Now, if in the original spirit here, if we were just thinking year over year revenue, I might not want to be doing that based on states. So I think what I would do is I think I would create a new chat because I want a totally different kind of query. I don't want to do it by state.
So I'd re-upload from my computer, the tables. And I would say, I wanted to write a Postgres query that does the year over year growth. That shows the year over year growth from 2020 to 2022.
And let's see what that does. All right. So I'm going to copy that and I'm going to create a new query here, paste it in and run the query.
Here we can see our, now I just said growth. Notice how it says orders. So they're thinking total orders.
They are counting. Now, when you count, you count the number of orders, right? We're in the orders table. So counting would count orders.
I was thinking more total sales. So this is some of the back and forth. Instead, well, actually I'll say, instead of the number of orders, please calculate the amount of sales instead.
And I could have said revenue, but I was kind of trying to be a little vague here to see if it could figure it out. But of course, be specific. If you want revenue, say revenue, or if you want to have it in dollars, say dollars.
So let's copy this and go check this out and run this. Aha. Now we're talking sales, not the number of orders.
And so now we can see that my sales were this and they're up to this. We can see the year over year percentage growth. Of course, you want to do the sniff test.
Am I smelling anything wrong? So, you know, you do want to go through, make sure everything makes sense. If there's parts that you don't understand, like let's say no, if you're like, Hmm, what does null if do? Maybe you've never seen null if. So you can say, what does null if do? And again, it might've explained it.
You know, I didn't read through all of the response there just because I'm going through this with you here. So I'm being kind of brief, but it goes through and talks about it. So it returns null if an expression equals another expression.
So why is it used in this case? So they they're doing it to prevent division by zero. So without that, you can get an error.
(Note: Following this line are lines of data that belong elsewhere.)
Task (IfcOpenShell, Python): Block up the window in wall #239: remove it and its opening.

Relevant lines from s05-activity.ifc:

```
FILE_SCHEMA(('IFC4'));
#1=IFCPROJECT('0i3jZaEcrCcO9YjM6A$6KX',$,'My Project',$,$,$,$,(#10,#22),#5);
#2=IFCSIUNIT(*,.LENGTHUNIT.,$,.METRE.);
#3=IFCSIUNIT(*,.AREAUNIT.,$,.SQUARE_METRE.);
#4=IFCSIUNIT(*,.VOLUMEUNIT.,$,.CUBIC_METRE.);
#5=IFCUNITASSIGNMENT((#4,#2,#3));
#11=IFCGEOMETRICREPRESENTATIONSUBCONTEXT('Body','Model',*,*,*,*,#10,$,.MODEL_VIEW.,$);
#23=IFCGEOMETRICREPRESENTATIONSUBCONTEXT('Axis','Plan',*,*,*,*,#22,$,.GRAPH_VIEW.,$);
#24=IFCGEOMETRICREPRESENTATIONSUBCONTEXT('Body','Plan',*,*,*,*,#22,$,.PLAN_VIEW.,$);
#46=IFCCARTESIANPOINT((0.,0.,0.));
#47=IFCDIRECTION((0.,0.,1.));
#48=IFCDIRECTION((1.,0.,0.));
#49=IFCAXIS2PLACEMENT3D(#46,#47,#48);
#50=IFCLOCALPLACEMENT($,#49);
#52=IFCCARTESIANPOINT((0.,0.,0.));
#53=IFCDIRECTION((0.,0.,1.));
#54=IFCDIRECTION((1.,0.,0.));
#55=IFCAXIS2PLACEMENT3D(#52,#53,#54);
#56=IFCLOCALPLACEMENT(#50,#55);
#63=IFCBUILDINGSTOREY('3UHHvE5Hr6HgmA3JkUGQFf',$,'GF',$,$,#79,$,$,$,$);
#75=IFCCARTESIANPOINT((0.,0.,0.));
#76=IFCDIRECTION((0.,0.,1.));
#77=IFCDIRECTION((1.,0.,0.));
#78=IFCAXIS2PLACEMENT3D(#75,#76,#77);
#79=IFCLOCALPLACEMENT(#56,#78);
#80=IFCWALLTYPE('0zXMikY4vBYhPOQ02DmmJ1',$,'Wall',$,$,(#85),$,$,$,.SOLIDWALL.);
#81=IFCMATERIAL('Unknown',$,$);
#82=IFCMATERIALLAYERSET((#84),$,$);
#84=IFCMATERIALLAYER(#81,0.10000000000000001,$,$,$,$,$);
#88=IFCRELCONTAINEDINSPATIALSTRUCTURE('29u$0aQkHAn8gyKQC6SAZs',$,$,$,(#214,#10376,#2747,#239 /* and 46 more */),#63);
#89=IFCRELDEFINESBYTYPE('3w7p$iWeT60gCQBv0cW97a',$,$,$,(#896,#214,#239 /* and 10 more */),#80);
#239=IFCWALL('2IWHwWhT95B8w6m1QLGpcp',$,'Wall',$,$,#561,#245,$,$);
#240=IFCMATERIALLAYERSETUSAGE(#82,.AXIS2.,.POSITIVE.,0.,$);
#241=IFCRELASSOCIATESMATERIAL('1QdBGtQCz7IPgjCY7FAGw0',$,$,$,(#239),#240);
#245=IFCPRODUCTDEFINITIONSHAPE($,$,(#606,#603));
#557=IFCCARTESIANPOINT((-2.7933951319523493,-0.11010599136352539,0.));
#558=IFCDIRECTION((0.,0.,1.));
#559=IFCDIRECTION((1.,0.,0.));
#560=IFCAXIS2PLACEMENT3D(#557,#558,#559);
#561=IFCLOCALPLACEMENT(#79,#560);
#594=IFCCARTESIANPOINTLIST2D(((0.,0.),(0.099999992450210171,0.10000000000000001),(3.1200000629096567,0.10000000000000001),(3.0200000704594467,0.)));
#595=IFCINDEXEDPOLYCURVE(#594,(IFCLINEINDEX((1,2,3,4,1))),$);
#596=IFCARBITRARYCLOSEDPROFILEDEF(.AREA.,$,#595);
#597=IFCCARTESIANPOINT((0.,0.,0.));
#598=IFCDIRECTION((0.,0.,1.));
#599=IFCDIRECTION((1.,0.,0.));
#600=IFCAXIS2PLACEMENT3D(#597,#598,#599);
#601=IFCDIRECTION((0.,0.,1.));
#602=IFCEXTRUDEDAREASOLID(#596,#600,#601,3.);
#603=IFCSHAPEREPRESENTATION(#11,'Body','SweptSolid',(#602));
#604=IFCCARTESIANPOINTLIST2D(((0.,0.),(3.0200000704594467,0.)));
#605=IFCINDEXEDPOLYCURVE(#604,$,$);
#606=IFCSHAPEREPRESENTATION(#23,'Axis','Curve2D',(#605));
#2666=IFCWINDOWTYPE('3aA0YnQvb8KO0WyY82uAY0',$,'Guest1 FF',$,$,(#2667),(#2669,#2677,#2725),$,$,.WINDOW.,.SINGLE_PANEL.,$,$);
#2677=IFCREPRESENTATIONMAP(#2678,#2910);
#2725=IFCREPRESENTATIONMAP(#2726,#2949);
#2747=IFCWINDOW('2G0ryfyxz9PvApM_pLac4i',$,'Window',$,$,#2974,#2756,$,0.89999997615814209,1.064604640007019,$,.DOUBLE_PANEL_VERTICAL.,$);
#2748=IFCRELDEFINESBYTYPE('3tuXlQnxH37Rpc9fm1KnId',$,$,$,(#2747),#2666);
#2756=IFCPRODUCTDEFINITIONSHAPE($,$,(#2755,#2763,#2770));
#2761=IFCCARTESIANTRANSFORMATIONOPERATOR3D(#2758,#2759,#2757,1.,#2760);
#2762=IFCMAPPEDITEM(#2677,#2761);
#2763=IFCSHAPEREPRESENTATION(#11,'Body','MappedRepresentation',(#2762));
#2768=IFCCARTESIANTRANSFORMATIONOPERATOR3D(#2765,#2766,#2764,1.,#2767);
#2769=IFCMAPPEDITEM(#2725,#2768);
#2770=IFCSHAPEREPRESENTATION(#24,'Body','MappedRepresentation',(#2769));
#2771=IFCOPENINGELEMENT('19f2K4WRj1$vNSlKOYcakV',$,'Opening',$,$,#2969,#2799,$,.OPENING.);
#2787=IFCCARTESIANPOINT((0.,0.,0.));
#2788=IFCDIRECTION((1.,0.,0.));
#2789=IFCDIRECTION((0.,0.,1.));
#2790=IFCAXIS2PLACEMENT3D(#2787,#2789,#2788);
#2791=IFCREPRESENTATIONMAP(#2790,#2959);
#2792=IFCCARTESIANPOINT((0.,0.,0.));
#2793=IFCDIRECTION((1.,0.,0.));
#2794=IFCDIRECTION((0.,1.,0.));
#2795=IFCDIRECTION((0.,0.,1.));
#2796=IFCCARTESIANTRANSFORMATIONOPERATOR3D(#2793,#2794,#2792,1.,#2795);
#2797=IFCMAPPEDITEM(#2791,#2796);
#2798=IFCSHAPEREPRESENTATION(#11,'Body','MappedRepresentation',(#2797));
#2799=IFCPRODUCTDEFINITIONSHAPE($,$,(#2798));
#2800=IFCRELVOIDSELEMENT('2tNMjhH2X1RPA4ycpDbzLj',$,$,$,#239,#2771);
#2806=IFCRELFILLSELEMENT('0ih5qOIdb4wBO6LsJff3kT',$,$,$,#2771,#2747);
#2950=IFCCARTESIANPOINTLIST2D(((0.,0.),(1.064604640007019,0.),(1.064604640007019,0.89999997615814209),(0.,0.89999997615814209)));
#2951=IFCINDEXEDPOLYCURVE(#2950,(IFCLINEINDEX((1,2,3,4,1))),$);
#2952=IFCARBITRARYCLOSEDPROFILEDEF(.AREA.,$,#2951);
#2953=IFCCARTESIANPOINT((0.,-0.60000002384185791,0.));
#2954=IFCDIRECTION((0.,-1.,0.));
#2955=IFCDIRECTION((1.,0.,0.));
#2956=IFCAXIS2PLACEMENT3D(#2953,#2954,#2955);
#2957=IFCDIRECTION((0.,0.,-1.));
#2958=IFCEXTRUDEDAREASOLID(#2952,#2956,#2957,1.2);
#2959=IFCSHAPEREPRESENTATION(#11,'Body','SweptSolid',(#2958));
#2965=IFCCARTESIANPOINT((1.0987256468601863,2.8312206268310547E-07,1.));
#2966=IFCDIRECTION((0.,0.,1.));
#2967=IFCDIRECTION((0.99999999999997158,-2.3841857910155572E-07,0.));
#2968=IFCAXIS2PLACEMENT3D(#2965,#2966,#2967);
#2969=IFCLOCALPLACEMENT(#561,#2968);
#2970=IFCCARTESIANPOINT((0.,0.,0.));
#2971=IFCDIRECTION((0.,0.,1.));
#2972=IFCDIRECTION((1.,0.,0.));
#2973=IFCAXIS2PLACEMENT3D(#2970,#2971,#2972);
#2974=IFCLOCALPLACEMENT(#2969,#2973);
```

```python
import ifcopenshell
import ifcopenshell.api.feature
import ifcopenshell.api.root
import ifcopenshell.geom
import ifcopenshell.util.shape

model = ifcopenshell.open("s05-activity.ifc")
settings = ifcopenshell.geom.settings()


def volume(element):
    """Net volume in cubic metres, openings subtracted."""
    shape = ifcopenshell.geom.create_shape(settings, element)
    return ifcopenshell.util.shape.get_volume(shape.geometry)


window = model.by_guid("2G0ryfyxz9PvApM_pLac4i")
opening = window.FillsVoids[0].RelatingOpeningElement
wall = opening.VoidsElements[0].RelatingBuildingElement
before = volume(wall)

ifcopenshell.api.root.remove_product(model, product=window)
ifcopenshell.api.feature.remove_feature(model, feature=opening)

after = volume(wall)

print(f"wall volume {before:.3f} -> {after:.3f} m3")

model.write("s05-activity_edited.ifc")
```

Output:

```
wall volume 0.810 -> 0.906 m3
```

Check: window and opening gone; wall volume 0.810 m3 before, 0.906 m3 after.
So you don't want to divide by zero there.
And so they're avoiding that error. All right. So, so you can learn about what this thing does, why they are doing it, you know, why it's useful.
And so this can be a great way to have ChatGPT help you do the hard queries to learn, but always verify, always read through the code, try to learn from that. And so sometimes ChatGPT can help you get unstuck. Sometimes ChatGPT can help you with the really hard queries.
But you know, it's not always perfect. This did actually a very good job of writing these queries. As you get really complex, sometimes it's not going to be good enough.
So it's still important to be able to know how SQL works, to be able to read through the queries. Sometimes, of course, of course, to be able to write them yourself. ChatGPT can't always be the answer every single time.
But also, if you don't know anything about how to look and read through the queries, you can't verify the accuracy of these queries. And I don't care how fast you are getting a response from ChatGPT, if ultimately the query that you're running produces a bad result. And it's really up to us to understand our queries, whether we're writing them or whether we're asking ChatGPT to write them, we need to be able to validate that these things are correct and that people can trust the results that we're giving them.
But ChatGPT can be a great ally and a great help to you in trying to write your queries, to challenge through things, to ask you questions, and it can be a great digital assistant for you.